# Exercise:
If a line in the data holds "IFCRELAGGREGATES", copy that line out in full.

# Record extracts:
****

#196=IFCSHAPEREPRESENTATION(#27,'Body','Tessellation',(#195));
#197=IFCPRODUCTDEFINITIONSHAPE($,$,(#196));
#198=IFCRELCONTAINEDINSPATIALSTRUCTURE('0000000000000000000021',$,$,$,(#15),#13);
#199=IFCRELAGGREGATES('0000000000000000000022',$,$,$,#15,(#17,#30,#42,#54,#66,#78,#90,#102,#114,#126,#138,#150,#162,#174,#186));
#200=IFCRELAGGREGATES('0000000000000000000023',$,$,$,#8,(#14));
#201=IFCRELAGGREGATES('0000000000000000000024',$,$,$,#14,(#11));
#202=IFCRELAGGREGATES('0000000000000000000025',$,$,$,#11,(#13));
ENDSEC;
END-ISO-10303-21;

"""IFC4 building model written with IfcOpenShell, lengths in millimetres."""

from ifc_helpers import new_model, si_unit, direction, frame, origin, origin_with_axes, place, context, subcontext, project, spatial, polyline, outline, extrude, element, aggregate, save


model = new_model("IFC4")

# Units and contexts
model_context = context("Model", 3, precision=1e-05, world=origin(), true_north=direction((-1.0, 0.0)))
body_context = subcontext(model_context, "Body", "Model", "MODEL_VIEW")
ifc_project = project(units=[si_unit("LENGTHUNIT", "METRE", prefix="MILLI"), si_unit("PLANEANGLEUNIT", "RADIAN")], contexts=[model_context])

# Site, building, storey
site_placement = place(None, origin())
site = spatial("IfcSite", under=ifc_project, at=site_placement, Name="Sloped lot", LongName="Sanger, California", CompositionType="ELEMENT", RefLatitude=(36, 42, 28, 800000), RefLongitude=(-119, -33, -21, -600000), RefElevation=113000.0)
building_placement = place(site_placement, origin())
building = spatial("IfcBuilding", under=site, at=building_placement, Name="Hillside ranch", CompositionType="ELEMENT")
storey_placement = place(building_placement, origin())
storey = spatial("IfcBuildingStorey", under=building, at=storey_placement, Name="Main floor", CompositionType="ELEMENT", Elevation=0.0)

****

# Task answer:
#199=IFCRELAGGREGATES('0000000000000000000022',$,$,$,#15,(#17,#30,#42,#54,#66,#78,#90,#102,#114,#126,#138,#150,#162,#174,#186));
#200=IFCRELAGGREGATES('0000000000000000000023',$,$,$,#8,(#14));
#201=IFCRELAGGREGATES('0000000000000000000024',$,$,$,#14,(#11));
#202=IFCRELAGGREGATES('0000000000000000000025',$,$,$,#11,(#13));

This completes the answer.